Glen Clary wrote of this somewhat a few year back for _The Confessional Presbyterian_ journal. Glen J. Clary, "Ulrich Zwingli and the Swiss Anabaptists: Sola Scriptura and the Reformation of Christian Worship," CPJ v.6 (2010), 108-124. http://www.cpjournal.com/contents-by-issue/the-confessional-presbyterian-6-2010/ Some caution is needed; not for this, but I recall some years back it was the thing to call the Puritan understanding of the RPW, anabaptistic. 


C. M. Sheffield said:


> TheOldCourse said:
> 
> 
> > Just as a historical note, the radical Anabaptists articulated such an extreme RPW that led them to all sorts of aberrations in worship (well beyond their views on baptism).
> ...


----------



## NaphtaliPress (Jun 10, 2016)

FYI; Glen has been putting some of his material on his blog; so it may be worth searching to see if this article is online. Otherwise v6 is still in print.


----------



## TheOldCourse (Jun 10, 2016)

NaphtaliPress said:


> FYI; Glen has been putting some of his material on his blog; so it may be worth searching to see if this article is online. Otherwise v6 is still in print.

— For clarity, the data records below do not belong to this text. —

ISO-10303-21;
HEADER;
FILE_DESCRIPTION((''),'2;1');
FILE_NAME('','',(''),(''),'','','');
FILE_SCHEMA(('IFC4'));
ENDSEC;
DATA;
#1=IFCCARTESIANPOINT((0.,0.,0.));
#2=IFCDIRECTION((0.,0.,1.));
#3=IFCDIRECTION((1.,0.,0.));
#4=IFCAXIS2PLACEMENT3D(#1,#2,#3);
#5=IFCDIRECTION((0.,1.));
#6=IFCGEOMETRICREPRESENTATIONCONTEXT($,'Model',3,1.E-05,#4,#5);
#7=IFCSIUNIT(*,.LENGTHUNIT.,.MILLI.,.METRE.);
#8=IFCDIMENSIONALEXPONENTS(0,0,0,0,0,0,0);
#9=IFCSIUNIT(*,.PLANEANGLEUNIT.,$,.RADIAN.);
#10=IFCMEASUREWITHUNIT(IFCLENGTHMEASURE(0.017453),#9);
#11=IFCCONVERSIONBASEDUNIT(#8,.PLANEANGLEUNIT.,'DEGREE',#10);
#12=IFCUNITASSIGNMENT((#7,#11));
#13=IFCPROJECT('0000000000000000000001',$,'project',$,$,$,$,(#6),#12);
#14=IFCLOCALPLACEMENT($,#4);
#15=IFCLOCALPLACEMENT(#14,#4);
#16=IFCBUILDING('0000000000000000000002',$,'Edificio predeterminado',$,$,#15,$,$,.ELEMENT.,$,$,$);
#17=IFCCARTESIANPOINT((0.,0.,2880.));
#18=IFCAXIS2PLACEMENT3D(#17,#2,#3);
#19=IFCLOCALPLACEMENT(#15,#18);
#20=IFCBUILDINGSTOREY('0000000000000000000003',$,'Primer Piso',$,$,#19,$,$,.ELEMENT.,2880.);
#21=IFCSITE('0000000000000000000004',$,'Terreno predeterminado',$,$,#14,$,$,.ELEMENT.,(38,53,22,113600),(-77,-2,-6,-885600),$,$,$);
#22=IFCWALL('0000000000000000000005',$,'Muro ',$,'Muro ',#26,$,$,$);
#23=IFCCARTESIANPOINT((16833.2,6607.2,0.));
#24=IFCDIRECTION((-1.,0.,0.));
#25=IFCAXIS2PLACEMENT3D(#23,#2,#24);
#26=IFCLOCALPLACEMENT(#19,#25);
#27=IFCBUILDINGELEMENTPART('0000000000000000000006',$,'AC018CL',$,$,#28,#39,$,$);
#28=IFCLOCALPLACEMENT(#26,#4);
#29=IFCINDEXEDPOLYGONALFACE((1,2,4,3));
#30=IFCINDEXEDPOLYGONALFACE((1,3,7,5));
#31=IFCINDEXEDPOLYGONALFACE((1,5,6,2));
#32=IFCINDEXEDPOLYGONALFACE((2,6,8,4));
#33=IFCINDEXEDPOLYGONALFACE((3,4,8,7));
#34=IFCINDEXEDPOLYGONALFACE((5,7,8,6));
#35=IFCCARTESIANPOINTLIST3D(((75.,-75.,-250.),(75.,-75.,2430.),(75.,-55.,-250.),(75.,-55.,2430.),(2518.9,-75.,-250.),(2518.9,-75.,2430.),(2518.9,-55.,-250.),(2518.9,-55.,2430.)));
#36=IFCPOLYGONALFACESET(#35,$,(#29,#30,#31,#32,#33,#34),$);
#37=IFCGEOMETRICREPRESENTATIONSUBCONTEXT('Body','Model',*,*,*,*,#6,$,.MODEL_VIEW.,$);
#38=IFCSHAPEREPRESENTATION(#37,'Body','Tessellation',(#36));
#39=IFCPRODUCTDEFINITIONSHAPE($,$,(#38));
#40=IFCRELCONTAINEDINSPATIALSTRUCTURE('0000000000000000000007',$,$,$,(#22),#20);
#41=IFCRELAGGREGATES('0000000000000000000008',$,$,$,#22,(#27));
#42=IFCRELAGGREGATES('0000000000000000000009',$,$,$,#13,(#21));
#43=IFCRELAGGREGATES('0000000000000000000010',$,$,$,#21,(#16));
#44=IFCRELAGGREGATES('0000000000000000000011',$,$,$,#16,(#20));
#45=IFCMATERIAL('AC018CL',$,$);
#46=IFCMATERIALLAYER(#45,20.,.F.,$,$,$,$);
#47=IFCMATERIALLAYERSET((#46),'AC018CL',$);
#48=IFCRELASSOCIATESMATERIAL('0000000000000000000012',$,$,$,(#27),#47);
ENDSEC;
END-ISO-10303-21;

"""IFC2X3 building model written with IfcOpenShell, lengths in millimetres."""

from ifc_helpers import new_model, entity, si_unit, converted_unit, direction, frame, origin_with_axes, place, context, subcontext, project, spatial, polyline, outline, extrude, material, layer, layer_set, layer_usage, element, aggregate, save


model = new_model("IFC2X3")

# Units and contexts
model_context = context("Model", 3, precision=1e-05, world=origin_with_axes(), true_north=direction((0.0, 1.0)))
body_context = subcontext(model_context, "Body", "Model", "MODEL_VIEW")
ifc_project = project(units=[si_unit("LENGTHUNIT", "METRE", prefix="MILLI"), converted_unit("PLANEANGLEUNIT", "DEGREE", entity("IfcLengthMeasure", 0.017453), si_unit("PLANEANGLEUNIT", "RADIAN"), dimensions=[0, 0, 0, 0, 0, 0, 0])], contexts=[model_context])

# Site, building, storey
site_placement = place(None, origin_with_axes())
site = spatial("IfcSite", under=ifc_project, at=site_placement, Name="Terreno predeterminado", CompositionType="ELEMENT", RefLatitude=(38, 53, 22, 113600), RefLongitude=(-77, -2, -6, -885600))
building_placement = place(site_placement, origin_with_axes())
building = spatial("IfcBuilding", under=site, at=building_placement, Name="Edificio predeterminado", CompositionType="ELEMENT")
storey_placement = place(building_placement, frame((0.0, 0.0, 2880.0), z_axis=(0.0, 0.0, 1.0), x_axis=(1.0, 0.0, 0.0)))
storey = spatial("IfcBuildingStorey", under=building, at=storey_placement, Name="Primer Piso", CompositionType="ELEMENT", Elevation=2880.0)

# Wall, building element part
wall_1_placement = place(storey_placement, frame((16833.2, 6607.2, 0.0), z_axis=(0.0, 0.0, 1.0), x_axis=(-1.0, 0.0, 0.0)))
wall_1 = element("IfcWall", 1, at=wall_1_placement, inside=storey, Name="Muro ", ObjectType="Muro ")
ifc_material_1 = material(Name="AC018CL")
ifc_layer_1 = layer(ifc_material_1, 20.0, ventilated=False)
ifc_layer_set_1 = layer_set([ifc_layer_1], Name="AC018CL")
ifc_layer_usage_1 = layer_usage(ifc_layer_set_1, "AXIS2", "NEGATIVE", 55.0)
building_element_part_1_placement = place(wall_1_placement, origin_with_axes())
building_element_part_1 = element("IfcBuildingElementPart", 2, at=building_element_part_1_placement, material=ifc_layer_usage_1, Name="AC018CL", context=body_context, shape_type="SweptSolid", body=[
    extrude(outline(polyline([(2518.9, -55.0), (2518.9, -75.0), (75.0, -75.0), (75.0, -55.0), (2518.9, -55.0)])), frame((0.0, 0.0, -250.0), z_axis=(0.0, 0.0, 1.0), x_axis=(1.0, 0.0, 0.0)), (0.0, 0.0, 1.0), 2680.0),
])
aggregate(wall_1, [building_element_part_1])

save(model, "model.ifc")
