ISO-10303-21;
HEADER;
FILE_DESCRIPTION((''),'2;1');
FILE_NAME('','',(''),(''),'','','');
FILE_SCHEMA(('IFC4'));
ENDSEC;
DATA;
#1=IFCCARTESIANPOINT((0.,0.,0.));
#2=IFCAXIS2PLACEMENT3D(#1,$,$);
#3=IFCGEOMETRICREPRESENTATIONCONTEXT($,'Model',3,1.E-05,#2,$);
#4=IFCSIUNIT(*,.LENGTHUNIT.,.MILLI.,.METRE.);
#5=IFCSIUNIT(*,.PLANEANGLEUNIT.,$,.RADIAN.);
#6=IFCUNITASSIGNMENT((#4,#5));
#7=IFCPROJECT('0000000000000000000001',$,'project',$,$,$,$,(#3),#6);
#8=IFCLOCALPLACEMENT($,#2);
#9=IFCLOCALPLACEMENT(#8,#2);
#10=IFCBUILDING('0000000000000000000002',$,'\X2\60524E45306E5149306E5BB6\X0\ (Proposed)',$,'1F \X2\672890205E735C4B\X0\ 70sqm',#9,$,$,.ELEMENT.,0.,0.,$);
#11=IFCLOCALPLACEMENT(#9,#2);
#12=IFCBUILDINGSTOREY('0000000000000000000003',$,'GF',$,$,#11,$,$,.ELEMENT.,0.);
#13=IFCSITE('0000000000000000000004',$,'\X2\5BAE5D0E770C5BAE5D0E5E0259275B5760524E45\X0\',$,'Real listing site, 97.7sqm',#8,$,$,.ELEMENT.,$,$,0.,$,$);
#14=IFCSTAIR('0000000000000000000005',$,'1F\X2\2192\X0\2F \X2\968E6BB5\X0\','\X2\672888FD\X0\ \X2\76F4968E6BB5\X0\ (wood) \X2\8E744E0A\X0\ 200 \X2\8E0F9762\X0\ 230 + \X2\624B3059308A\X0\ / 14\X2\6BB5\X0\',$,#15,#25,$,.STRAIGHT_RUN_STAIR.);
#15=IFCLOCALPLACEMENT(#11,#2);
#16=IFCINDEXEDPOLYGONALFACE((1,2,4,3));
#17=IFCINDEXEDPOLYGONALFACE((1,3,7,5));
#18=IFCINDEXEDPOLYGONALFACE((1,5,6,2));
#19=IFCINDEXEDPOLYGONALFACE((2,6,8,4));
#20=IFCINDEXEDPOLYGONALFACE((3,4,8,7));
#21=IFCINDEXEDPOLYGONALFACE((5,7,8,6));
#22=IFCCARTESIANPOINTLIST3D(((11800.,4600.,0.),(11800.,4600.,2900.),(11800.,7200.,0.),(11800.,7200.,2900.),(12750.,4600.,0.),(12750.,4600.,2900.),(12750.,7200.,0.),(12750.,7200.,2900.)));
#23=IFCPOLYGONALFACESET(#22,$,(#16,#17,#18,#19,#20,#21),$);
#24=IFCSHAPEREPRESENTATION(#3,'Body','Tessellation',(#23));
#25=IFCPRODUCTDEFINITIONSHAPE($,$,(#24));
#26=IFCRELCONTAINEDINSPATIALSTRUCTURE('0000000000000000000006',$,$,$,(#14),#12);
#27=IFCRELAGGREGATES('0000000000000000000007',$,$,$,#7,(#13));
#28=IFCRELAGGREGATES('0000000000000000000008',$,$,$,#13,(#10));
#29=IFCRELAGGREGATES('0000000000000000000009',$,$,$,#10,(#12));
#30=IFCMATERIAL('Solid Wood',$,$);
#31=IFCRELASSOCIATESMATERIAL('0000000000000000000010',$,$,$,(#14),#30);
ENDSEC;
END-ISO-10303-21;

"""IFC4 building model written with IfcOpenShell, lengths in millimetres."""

from ifc_helpers import new_model, si_unit, frame, frame_2d, origin, place, context, project, spatial, rectangle, extrude, material, element, save


model = new_model("IFC4")

# Units and contexts
model_context = context("Model", 3, precision=1e-05, world=origin())
ifc_project = project(units=[si_unit("LENGTHUNIT", "METRE", prefix="MILLI"), si_unit("PLANEANGLEUNIT", "RADIAN")], contexts=[model_context])

# Site, building, storey
site_placement = place(None, origin())
site = spatial("IfcSite", under=ifc_project, at=site_placement, Name="宮崎県宮崎市大字恒久", ObjectType="Real listing site, 97.7sqm", CompositionType="ELEMENT", RefElevation=0.0)
building_placement = place(site_placement, origin())
building = spatial("IfcBuilding", under=site, at=building_placement, Name="恒久の光の家 (Proposed)", ObjectType="1F 木造平屋 70sqm", CompositionType="ELEMENT", ElevationOfRefHeight=0.0, ElevationOfTerrain=0.0)
storey_placement = place(building_placement, origin())
storey = spatial("IfcBuildingStorey", under=building, at=storey_placement, Name="GF", CompositionType="ELEMENT", Elevation=0.0)

# Shared definitions
ifc_material_1 = material(Name="Solid Wood")

# Stair
stair_placement = place(storey_placement, frame((5900.0, 2300.0, 0.0)))
element("IfcStair", 1, at=stair_placement, inside=storey, material=ifc_material_1, Name="1F→2F 階段", Description="木製 直階段 (wood) 蹴上 200 踏面 230 + 手すり / 14段", PredefinedType="STRAIGHT_RUN_STAIR", context=model_context, shape_type="SweptSolid", body=[
    extrude(rectangle(XDim=950.0, YDim=2600.0, at=frame_2d((475.0, 1300.0))), frame((5900.0, 2300.0, 0.0)), (0.0, 0.0, 1.0), 2900.0),
])

save(model, "model.ifc")
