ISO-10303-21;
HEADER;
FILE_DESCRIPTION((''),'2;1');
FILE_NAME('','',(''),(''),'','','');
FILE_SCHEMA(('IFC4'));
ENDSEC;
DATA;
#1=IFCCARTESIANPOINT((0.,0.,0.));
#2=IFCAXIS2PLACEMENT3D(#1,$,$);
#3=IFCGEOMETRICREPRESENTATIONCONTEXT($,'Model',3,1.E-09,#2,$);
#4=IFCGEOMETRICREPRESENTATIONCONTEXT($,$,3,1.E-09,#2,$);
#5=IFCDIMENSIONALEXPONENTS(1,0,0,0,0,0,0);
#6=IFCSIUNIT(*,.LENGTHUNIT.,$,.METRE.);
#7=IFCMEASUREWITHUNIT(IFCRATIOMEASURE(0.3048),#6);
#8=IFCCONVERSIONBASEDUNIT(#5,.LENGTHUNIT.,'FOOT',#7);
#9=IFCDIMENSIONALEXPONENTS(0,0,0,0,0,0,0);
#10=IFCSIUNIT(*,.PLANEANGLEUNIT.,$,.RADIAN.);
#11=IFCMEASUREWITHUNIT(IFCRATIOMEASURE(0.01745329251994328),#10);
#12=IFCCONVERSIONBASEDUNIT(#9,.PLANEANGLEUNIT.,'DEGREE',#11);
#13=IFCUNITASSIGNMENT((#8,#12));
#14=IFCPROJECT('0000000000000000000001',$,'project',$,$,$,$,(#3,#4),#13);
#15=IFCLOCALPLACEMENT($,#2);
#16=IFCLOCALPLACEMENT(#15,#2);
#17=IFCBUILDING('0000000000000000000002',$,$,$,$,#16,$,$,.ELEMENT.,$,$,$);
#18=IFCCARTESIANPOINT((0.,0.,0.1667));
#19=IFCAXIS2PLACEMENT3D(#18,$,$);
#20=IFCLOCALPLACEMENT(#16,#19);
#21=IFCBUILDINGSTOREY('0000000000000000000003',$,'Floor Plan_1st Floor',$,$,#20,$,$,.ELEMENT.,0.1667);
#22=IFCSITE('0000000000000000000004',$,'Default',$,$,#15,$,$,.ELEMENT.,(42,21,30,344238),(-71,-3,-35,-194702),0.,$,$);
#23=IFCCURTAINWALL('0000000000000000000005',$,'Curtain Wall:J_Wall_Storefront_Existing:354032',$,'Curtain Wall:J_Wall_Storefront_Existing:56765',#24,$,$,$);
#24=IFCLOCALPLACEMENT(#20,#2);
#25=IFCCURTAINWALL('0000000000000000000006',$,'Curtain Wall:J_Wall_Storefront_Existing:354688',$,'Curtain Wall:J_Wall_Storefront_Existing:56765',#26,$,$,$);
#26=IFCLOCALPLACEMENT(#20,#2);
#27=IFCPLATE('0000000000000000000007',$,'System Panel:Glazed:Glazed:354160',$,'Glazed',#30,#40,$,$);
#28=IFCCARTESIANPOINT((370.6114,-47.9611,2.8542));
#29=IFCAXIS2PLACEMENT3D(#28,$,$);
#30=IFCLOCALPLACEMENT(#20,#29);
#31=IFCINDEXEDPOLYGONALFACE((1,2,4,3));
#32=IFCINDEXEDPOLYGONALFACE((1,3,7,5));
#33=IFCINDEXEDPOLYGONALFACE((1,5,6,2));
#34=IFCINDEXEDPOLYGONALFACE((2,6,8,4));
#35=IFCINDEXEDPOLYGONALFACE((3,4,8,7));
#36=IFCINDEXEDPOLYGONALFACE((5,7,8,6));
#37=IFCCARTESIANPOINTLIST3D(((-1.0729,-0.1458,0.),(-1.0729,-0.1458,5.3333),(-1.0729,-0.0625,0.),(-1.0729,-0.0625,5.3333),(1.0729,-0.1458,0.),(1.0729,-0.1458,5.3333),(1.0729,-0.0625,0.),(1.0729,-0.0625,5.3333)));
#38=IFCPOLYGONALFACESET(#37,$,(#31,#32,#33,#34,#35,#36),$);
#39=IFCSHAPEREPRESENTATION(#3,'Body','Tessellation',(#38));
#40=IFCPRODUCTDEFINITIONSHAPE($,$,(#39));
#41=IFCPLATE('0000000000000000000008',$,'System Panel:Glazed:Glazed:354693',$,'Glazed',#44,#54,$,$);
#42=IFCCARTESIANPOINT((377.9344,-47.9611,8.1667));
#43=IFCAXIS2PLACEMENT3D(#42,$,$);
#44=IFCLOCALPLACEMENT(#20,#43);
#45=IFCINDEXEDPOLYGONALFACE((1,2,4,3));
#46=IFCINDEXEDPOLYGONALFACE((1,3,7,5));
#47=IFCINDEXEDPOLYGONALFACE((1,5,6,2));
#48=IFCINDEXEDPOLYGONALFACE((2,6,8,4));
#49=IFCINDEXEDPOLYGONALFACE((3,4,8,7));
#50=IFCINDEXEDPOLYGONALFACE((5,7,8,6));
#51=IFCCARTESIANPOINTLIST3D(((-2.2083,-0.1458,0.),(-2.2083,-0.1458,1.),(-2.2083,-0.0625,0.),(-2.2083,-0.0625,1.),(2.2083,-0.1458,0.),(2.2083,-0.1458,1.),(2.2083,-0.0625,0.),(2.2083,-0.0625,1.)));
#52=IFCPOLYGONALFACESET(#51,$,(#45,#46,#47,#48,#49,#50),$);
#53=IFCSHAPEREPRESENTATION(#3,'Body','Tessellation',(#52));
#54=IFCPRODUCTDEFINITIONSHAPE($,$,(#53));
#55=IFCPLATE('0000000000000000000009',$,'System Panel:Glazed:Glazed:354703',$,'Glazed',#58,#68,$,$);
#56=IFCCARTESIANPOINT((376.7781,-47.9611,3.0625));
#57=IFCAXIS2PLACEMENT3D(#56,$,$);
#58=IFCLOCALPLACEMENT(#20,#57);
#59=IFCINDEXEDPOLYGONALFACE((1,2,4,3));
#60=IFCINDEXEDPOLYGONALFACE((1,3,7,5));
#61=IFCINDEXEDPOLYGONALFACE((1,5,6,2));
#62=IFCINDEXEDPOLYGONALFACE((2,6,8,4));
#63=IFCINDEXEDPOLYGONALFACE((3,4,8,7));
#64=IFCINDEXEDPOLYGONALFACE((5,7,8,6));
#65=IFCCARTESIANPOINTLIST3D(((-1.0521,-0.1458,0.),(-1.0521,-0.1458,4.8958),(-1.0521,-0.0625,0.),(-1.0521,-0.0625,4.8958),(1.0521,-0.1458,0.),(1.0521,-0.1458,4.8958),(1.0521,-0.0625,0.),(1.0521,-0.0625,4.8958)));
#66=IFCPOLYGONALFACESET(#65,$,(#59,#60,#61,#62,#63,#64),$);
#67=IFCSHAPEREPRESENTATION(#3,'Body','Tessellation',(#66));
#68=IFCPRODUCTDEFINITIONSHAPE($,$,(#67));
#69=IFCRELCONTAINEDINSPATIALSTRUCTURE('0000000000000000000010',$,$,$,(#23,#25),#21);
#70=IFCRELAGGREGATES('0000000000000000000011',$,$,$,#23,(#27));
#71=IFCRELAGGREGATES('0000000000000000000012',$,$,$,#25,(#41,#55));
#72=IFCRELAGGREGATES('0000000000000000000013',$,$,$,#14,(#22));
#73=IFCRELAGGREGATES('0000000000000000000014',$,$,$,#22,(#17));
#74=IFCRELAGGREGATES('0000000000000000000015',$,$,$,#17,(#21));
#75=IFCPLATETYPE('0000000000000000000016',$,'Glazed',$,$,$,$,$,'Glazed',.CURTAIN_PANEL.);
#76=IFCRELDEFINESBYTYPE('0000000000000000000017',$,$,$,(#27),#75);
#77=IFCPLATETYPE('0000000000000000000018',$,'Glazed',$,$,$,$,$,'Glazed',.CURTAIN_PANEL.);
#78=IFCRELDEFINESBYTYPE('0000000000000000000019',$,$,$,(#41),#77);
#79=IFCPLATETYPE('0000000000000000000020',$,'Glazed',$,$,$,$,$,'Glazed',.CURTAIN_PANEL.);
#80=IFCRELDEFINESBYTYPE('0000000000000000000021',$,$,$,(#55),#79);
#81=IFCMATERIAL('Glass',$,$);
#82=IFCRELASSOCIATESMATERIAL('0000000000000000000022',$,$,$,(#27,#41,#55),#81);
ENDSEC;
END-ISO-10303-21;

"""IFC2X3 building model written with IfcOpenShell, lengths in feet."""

from ifc_helpers import new_model, entity, si_unit, converted_unit, frame, origin, origin_2d_with_axis, place, context, project, spatial, rectangle, extrude, source, transform, mapped, material, type_object, type_shapes, element, aggregate, save


model = new_model("IFC2X3")

# Units and contexts
model_context = context("Model", 3, precision=1e-09, world=origin())
context_of_model = context(None, 3, precision=1e-09, world=origin())
ifc_project = project(units=[converted_unit("LENGTHUNIT", "FOOT", entity("IfcRatioMeasure", 0.3048), si_unit("LENGTHUNIT", "METRE"), dimensions=[1, 0, 0, 0, 0, 0, 0]), converted_unit("PLANEANGLEUNIT", "DEGREE", entity("IfcRatioMeasure", 0.01745329251994328), si_unit("PLANEANGLEUNIT", "RADIAN"), dimensions=[0, 0, 0, 0, 0, 0, 0])], contexts=[model_context, context_of_model])

# Site, building, storey
site_placement = place(None, origin())
site = spatial("IfcSite", under=ifc_project, at=site_placement, Name="Default", CompositionType="ELEMENT", RefLatitude=(42, 21, 30, 344238), RefLongitude=(-71, -3, -35, -194702), RefElevation=0.0)
building_placement = place(site_placement, origin())
building = spatial("IfcBuilding", under=site, at=building_placement, CompositionType="ELEMENT")
storey_placement = place(building_placement, frame((0.0, 0.0, 0.1667)))
storey = spatial("IfcBuildingStorey", under=building, at=storey_placement, Name="Floor Plan_1st Floor", CompositionType="ELEMENT", Elevation=0.1667)

# Curtain walls
curtain_wall_1_placement = place(storey_placement, origin())
curtain_wall_1 = element("IfcCurtainWall", 1, at=curtain_wall_1_placement, inside=storey, Name="Curtain Wall:J_Wall_Storefront_Existing:354032", ObjectType="Curtain Wall:J_Wall_Storefront_Existing:56765")
curtain_wall_2_placement = place(storey_placement, origin())
curtain_wall_2 = element("IfcCurtainWall", 2, at=curtain_wall_2_placement, inside=storey, Name="Curtain Wall:J_Wall_Storefront_Existing:354688", ObjectType="Curtain Wall:J_Wall_Storefront_Existing:56765")

# Plates
ifc_material_1 = material(Name="Glass")
plate_type_1 = type_object("IfcPlateType", Name="Glazed", ElementType="Glazed", PredefinedType="CURTAIN_PANEL")
shared_shape_1 = source(origin(), model_context, "Body", "SweptSolid", [
    extrude(rectangle(XDim=0.0833, YDim=2.1458, at=origin_2d_with_axis()), frame((0.0, -0.1042, 0.0), z_axis=(0.0, 0.0, 1.0), x_axis=(0.0, 1.0, 0.0)), (0.0, 0.0, 1.0), 5.3333),
])
type_shapes(plate_type_1, [shared_shape_1])
plate_1_placement = place(storey_placement, frame((370.6114, -47.9611, 2.8542)))
plate_1 = element("IfcPlate", 3, at=plate_1_placement, type_object=plate_type_1, material=ifc_material_1, Name="System Panel:Glazed:Glazed:354160", ObjectType="Glazed", context=model_context, shape_type="MappedRepresentation", body=[
    mapped(shared_shape_1, transform((0.0, 0.0, 0.0), scale=1.0)),
])
aggregate(curtain_wall_1, [plate_1])
plate_type_2 = type_object("IfcPlateType", Name="Glazed", ElementType="Glazed", PredefinedType="CURTAIN_PANEL")
shared_shape_2 = source(origin(), model_context, "Body", "SweptSolid", [
    extrude(rectangle(XDim=1.0, YDim=4.4167, at=origin_2d_with_axis()), frame((0.0, -0.1458, 0.5), z_axis=(0.0, 1.0, 0.0), x_axis=(0.0, 0.0, 1.0)), (0.0, 0.0, 1.0), 0.0833),
])
type_shapes(plate_type_2, [shared_shape_2])
plate_2_placement = place(storey_placement, frame((377.9344, -47.9611, 8.1667)))
plate_2 = element("IfcPlate", 4, at=plate_2_placement, type_object=plate_type_2, material=ifc_material_1, Name="System Panel:Glazed:Glazed:354693", ObjectType="Glazed", context=model_context, shape_type="MappedRepresentation", body=[
    mapped(shared_shape_2, transform((0.0, 0.0, 0.0), scale=1.0)),
])
plate_type_3 = type_object("IfcPlateType", Name="Glazed", ElementType="Glazed", PredefinedType="CURTAIN_PANEL")
shared_shape_3 = source(origin(), model_context, "Body", "SweptSolid", [
    extrude(rectangle(XDim=0.0833, YDim=2.1042, at=origin_2d_with_axis()), frame((0.0, -0.1042, 0.0), z_axis=(0.0, 0.0, 1.0), x_axis=(0.0, 1.0, 0.0)), (0.0, 0.0, 1.0), 4.8958),
])
type_shapes(plate_type_3, [shared_shape_3])
plate_3_placement = place(storey_placement, frame((376.7781, -47.9611, 3.0625)))
plate_3 = element("IfcPlate", 5, at=plate_3_placement, type_object=plate_type_3, material=ifc_material_1, Name="System Panel:Glazed:Glazed:354703", ObjectType="Glazed", context=model_context, shape_type="MappedRepresentation", body=[
    mapped(shared_shape_3, transform((0.0, 0.0, 0.0), scale=1.0)),
])
aggregate(curtain_wall_2, [plate_2, plate_3])

save(model, "model.ifc")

As I recall, Clary cites Grebel's letter to Muntzer as the first articulation of the RPW. If Clary doesn't have it online I believe Grebel's letter is, or at least it was some time ago when I read it.


----------



## C. M. Sheffield (Jun 10, 2016)

Scott Bushey said:


> There is no obvious nor positive actual command to change the day just as there is no command to abrogate placing the sign on the children of covenanting parents. One gets to these doctrines via G&NC. Need I mention the other doctrines that we get to via G&NC? As I said, poor argument.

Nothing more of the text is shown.